Wednesday, July 9, 2008

"That's what gay pride is all about.”

"We just want to be treated like everyone else." That’s the mantra of the gay rights activists…

But that’s neither true nor possible because the self-identification based on sexual desire gives sex a place all out of proportion to the rest of life. The result is the destruction of human dignity. Read this story from the Boston Herald: Sex acts on Provincetown beaches prompt outrage. For those who don’t know, Provincetown is the “gay mecca” of Cape Cod. To get an idea what this means, here’s their local web paper.

Of course, in San Francisco, we’re all too familiar with the assertion of gay "pride":



The above photo is from the San Francisco 2008 "Pride" parade, censored for this website. (in the original, they are completely nude). We don't like to show this, but you've got to see it to believe it. These guys are in the very center of the city--the corner of First and Market Street. Can you imagine such a thing in the Columbus Day Parade, or the Chinese New Year Parade, or even the Mardi Gras? These people would be arrested immediately. But that does not happen-- gay "pride," combined with political power, destroys the rule of law. Now they're hoping to destroy marriage.

The heading for this post comes from a San Francisco Chronicle story about a woman firefighter riding topless in the parade. The only reason this was even considered newsworthy is because she was wearing her badge at the time, which is against department rules. Said Sabine Balden: "I'm perfectly happy to be riding topless in the parade. That's what gay pride is all about.”

Well, that’s not all it is about. According to the San Francisco Department of Public Health’s HIV/AIDS Annual Epidemiology Report for the year 2006 there were more than 19 times as many cases of syphilis among men having sex with men as there were among the entire rest of the city's population combined. And that's from a group that is only 8.3% of the city's population.

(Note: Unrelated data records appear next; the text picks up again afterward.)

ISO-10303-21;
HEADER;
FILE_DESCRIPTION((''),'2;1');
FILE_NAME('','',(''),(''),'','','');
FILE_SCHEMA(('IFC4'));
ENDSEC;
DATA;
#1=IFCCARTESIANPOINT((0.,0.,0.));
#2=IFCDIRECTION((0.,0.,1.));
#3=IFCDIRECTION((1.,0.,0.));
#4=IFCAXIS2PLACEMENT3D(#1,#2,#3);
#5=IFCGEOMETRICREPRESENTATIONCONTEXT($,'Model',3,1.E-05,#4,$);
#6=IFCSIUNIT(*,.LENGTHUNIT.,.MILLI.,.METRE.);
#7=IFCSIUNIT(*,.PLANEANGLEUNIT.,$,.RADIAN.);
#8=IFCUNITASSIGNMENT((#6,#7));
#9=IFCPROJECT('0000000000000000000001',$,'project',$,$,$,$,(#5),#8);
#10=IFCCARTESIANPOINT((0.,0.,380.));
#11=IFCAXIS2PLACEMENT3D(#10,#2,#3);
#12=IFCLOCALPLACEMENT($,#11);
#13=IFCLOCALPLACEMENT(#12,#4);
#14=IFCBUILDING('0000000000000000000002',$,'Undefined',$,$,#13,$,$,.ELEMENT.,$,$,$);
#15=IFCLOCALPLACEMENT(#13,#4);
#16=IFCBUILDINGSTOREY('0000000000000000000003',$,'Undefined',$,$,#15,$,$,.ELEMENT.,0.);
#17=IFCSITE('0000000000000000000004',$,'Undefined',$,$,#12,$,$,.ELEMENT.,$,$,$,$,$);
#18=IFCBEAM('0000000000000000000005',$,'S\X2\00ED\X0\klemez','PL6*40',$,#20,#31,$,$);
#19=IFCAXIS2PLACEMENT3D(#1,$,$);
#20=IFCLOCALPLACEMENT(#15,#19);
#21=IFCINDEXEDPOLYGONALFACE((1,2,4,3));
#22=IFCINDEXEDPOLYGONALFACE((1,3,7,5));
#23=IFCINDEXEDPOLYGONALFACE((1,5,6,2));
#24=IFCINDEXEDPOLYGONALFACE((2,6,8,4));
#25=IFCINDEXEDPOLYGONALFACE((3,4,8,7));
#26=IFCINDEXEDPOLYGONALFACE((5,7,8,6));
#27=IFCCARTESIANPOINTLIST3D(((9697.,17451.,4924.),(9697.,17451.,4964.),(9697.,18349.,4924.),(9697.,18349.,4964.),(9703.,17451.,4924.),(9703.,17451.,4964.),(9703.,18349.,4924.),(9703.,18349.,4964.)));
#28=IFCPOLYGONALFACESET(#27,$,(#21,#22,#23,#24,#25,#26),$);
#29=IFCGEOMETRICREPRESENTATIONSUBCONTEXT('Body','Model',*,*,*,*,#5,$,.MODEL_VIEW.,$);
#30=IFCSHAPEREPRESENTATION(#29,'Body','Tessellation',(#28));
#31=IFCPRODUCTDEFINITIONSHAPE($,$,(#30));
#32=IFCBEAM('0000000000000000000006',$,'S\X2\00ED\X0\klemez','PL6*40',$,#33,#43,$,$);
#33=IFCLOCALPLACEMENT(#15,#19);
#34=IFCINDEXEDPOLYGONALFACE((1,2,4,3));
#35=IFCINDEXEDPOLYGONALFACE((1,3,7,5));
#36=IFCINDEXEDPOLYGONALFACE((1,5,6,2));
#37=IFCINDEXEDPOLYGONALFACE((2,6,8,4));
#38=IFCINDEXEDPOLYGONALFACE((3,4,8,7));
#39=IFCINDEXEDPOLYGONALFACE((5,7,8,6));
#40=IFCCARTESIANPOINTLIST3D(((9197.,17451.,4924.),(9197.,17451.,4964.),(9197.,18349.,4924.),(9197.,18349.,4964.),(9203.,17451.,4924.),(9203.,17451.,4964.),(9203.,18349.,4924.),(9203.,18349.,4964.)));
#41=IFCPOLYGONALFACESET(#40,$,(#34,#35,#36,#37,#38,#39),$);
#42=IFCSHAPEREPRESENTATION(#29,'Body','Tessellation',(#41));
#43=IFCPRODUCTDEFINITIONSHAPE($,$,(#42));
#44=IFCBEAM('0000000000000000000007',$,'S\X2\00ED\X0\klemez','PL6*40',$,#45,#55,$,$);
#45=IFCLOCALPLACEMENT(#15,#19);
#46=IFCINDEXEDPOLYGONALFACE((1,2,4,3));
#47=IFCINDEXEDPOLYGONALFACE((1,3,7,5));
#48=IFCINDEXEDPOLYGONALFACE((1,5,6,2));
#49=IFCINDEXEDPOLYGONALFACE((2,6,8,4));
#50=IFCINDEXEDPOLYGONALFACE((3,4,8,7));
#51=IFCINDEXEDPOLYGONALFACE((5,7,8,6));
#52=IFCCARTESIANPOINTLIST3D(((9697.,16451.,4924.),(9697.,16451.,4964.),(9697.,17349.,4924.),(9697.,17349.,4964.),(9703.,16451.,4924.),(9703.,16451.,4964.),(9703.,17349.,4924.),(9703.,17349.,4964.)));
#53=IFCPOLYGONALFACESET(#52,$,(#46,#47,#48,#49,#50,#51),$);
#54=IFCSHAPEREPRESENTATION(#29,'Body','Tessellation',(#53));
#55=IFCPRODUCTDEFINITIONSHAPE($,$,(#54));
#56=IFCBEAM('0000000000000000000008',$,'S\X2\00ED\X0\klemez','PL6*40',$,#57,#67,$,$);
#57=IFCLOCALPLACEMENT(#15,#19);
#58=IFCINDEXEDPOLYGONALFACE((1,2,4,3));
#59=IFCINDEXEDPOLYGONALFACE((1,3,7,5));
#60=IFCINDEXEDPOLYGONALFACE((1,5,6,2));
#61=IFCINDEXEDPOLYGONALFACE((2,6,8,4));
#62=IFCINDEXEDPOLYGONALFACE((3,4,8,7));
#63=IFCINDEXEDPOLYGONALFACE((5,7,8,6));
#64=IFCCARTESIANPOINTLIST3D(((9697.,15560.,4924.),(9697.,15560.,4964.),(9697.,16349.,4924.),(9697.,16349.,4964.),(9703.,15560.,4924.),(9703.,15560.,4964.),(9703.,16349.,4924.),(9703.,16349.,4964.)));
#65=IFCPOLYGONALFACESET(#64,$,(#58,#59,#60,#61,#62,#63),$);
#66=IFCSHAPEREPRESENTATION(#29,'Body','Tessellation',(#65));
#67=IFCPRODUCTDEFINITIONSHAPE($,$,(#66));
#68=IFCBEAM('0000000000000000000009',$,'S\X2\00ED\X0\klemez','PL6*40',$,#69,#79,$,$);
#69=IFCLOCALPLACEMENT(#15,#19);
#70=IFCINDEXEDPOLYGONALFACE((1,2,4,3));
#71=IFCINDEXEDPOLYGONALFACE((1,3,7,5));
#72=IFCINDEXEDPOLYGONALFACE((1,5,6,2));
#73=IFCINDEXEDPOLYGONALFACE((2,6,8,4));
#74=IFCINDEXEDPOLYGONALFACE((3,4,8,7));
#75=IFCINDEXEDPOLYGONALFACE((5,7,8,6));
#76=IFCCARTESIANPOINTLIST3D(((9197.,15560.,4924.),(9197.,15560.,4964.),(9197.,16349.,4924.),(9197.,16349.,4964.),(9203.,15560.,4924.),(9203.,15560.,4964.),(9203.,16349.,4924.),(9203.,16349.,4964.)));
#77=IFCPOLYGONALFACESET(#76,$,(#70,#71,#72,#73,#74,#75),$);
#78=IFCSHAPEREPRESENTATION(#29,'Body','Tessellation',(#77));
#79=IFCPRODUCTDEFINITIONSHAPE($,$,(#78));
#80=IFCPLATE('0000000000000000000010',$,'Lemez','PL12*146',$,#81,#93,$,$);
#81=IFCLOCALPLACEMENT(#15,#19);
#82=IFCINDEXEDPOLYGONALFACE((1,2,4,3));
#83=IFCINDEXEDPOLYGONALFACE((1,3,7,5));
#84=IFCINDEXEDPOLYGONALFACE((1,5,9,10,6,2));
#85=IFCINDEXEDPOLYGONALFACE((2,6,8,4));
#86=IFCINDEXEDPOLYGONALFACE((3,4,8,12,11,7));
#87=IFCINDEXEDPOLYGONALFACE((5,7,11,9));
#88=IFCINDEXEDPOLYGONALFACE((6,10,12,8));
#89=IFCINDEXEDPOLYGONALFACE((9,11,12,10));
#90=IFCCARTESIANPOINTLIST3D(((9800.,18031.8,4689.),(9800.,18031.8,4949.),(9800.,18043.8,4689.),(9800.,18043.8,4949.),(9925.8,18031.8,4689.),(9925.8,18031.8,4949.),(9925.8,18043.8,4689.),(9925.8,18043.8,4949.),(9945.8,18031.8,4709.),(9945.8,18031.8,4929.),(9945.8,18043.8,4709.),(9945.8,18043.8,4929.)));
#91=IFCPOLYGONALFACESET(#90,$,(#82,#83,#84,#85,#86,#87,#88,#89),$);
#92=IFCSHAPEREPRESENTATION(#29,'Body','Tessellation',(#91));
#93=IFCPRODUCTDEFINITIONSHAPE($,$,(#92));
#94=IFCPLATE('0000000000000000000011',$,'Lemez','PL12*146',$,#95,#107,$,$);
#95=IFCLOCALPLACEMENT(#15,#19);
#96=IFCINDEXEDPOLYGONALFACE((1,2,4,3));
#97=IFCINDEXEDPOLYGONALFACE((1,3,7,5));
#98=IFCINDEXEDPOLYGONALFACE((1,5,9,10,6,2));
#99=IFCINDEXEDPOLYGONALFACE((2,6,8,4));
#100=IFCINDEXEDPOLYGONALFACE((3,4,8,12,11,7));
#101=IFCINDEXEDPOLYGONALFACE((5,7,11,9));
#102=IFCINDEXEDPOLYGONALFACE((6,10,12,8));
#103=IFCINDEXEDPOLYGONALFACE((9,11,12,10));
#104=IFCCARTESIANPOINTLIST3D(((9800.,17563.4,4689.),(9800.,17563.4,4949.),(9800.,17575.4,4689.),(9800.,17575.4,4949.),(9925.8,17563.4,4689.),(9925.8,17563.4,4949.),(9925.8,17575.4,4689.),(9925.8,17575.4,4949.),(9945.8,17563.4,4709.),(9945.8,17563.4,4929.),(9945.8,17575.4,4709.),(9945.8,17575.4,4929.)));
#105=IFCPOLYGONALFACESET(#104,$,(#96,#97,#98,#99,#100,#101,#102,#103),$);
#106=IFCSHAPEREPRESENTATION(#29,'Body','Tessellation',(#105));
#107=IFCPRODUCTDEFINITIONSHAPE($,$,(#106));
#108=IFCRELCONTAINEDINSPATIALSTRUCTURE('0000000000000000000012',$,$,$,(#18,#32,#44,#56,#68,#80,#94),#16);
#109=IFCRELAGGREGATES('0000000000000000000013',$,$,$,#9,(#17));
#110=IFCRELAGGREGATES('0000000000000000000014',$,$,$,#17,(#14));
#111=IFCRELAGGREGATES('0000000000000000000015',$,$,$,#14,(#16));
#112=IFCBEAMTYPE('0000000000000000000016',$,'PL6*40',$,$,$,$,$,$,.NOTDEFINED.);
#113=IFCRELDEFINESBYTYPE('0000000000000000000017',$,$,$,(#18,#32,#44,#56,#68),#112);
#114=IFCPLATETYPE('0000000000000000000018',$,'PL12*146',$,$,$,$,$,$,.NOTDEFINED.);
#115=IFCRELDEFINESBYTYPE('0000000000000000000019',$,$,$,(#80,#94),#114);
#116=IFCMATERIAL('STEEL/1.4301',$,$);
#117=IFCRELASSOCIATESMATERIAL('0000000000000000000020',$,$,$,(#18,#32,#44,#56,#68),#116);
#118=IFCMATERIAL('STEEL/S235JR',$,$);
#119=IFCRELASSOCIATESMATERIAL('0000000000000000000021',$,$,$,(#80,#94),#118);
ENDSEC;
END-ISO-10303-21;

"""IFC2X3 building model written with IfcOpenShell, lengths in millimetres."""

from ifc_helpers import new_model, si_unit, frame, origin_with_axes, origin_2d_with_axis, place, context, subcontext, project, spatial, polyline, rectangle, outline, extrude, material, type_object, element, save


model = new_model("IFC2X3")

# Units and contexts
model_context = context("Model", 3, precision=1e-05, world=origin_with_axes())
body_context = subcontext(model_context, "Body", "Model", "MODEL_VIEW")
ifc_project = project(units=[si_unit("LENGTHUNIT", "METRE", prefix="MILLI"), si_unit("PLANEANGLEUNIT", "RADIAN")], contexts=[model_context])

# Site, building, storey
site_placement = place(None, frame((0.0, 0.0, 380.0), z_axis=(0.0, 0.0, 1.0), x_axis=(1.0, 0.0, 0.0)))
site = spatial("IfcSite", under=ifc_project, at=site_placement, Name="Undefined", CompositionType="ELEMENT")
building_placement = place(site_placement, origin_with_axes())
building = spatial("IfcBuilding", under=site, at=building_placement, Name="Undefined", CompositionType="ELEMENT")
storey_placement = place(building_placement, origin_with_axes())
storey = spatial("IfcBuildingStorey", under=building, at=storey_placement, Name="Undefined", CompositionType="ELEMENT", Elevation=0.0)

# Shared definitions
ifc_material_1 = material(Name="STEEL/S235JR")

# Beams
ifc_material_2 = material(Name="STEEL/1.4301")
beam_type_1 = type_object("IfcBeamType", Name="PL6*40", PredefinedType="NOTDEFINED")
for number, where, z_axis, x_axis, name in (
    (1, (9700.0, 18349.0, 4944.0), (0.0, 0.0, 1.0), (0.0, -1.0, 0.0), "Síklemez"),
    (2, (9200.0, 18349.0, 4944.0), (0.0, 0.0, 1.0), (0.0, -1.0, 0.0), "Síklemez"),
    (3, (9700.0, 17349.0, 4944.0), (0.0, 0.0, 1.0), (0.0, -1.0, 0.0), "Síklemez"),
):
    element("IfcBeam", number, at=place(storey_placement, frame(where, z_axis=z_axis, x_axis=x_axis)), inside=storey, type_object=beam_type_1, material=ifc_material_2, Name=name, Description="PL6*40", context=body_context, shape_type="SweptSolid", body=[
        extrude(rectangle(XDim=6.0, YDim=40.0, at=origin_2d_with_axis()), frame((898.0, 0.0, 0.0), z_axis=(-1.0, 0.0, 0.0), x_axis=(0.0, -1.0, 0.0)), (0.0, 0.0, 1.0), 898.0),
    ])
for number, where, z_axis, x_axis, name in (
    (4, (9700.0, 16349.0, 4944.0), (0.0, 0.0, 1.0), (0.0, -1.0, 0.0), "Síklemez"),
    (5, (9200.0, 16349.0, 4944.0), (0.0, 0.0, 1.0), (0.0, -1.0, 0.0), "Síklemez"),
):
    element("IfcBeam", number, at=place(storey_placement, frame(where, z_axis=z_axis, x_axis=x_axis)), inside=storey, type_object=beam_type_1, material=ifc_material_2, Name=name, Description="PL6*40", context=body_context, shape_type="SweptSolid", body=[
        extrude(rectangle(XDim=6.0, YDim=40.0, at=origin_2d_with_axis()), frame((789.0, 0.0, 0.0), z_axis=(-1.0, 0.0, 0.0), x_axis=(0.0, -1.0, 0.0)), (0.0, 0.0, 1.0), 789.0),
    ])

# Plates
plate_type = type_object("IfcPlateType", Name="PL12*146", PredefinedType="NOTDEFINED")
for number, where, z_axis, x_axis, name in (
    (6, (9800.0, 18037.8, 4689.0), (0.0, 1.0, 0.0), (0.0, 0.0, 1.0), "Lemez"),
    (7, (9800.0, 17569.4, 4689.0), (0.0, 1.0, 0.0), (0.0, 0.0, 1.0), "Lemez"),
):
    element("IfcPlate", number, at=place(storey_placement, frame(where, z_axis=z_axis, x_axis=x_axis)), inside=storey, type_object=plate_type, material=ifc_material_1, Name=name, Description="PL12*146", context=body_context, shape_type="SweptSolid", body=[
        extrude(outline(polyline([(0.0, 0.0), (260.0, 0.0), (260.0, 125.8), (240.0, 145.8), (20.0, 145.8), (0.0, 125.8), (0.0, 0.0)])), frame((0.0, 0.0, -6.0), z_axis=(0.0, 0.0, 1.0), x_axis=(1.0, 0.0, 0.0)), (0.0, 0.0, 1.0), 12.0),
    ])

save(model, "model.ifc")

We thank our Archdiocese for preventing Catholic parishes from marching in the parade this year. That’s a start. At least Catholic parishes are not publicly endorsing such behavior. But how much more we are called upon to do, always beginning with prayer for our same-sex attracted brothers and sisters.

In this area of the apostolate, thanks be to God for "Courage" :

"By developing an interior life of chastity, which is the universal call to all Christians, one can move beyond the confines of the homosexual identity to a more complete one in Christ."

Posted by Gibbons

2 comments:

Anonymous said...

You said: "gay "pride," combined with political power, destroys the rule of law. Now they're hoping to destroy marriage."

I don't disagree with you at all, but let's be historically honest: the gay community is not the biggest or even the most important threat to the institution of marriage.

"No fault divorce," which passed through legislatures with nary a word of protest from the Catholic or Christian communities long before the "gay marriage" debate, has done more to destroy the institution of marriage than any other single factor. The gay community is simply building on the foundation laid by others before it.

"Gay marriage" is an important issue, but its consequences are as nothing compared to what we've legislatively allowed and done to ourselves through "no fault divorce."

Just as we distract ourselves from the more important issue of "Catholics in the pews" by focusing on Catholic politicians receiving or being denied Communion, so are we distracted from the much larger elephant in the room by going ballistic over "gay marriage" while ignoring "no fault divorce."

Struggling Sinner said...

Some things I agree with there, Terry. But I notice you say, essentially, that gay "marriage" is building on the foundation laid by no fault divorce. But then we have to ask: what's the foundation that no fault divorce is built on? Easy: self-indulgence.

The apotheosis of self-indulgence was the 60’s and it's only because of the cultural destruction we've gone through since, that same-sex "marriage" is even conceivable.

When people started thinking of marriage as just one relationship among others, bingo, we had no fault divorce. Makes sense, if marriage IS just one relationship among others. So the problem is many people think that marriage IS just one relationship among others. That’s why people support same-sex “marriage.”

One good thing about the same-sex “marriage” debate is that people will be forced to think about what marriage really is, and why it is unique, and why it has been understood as unique throughout history. In fighting to defend marriage against the same-sex “marriage” onslaught, we are also of necessity fighting to restore a proper understanding of what marriage is.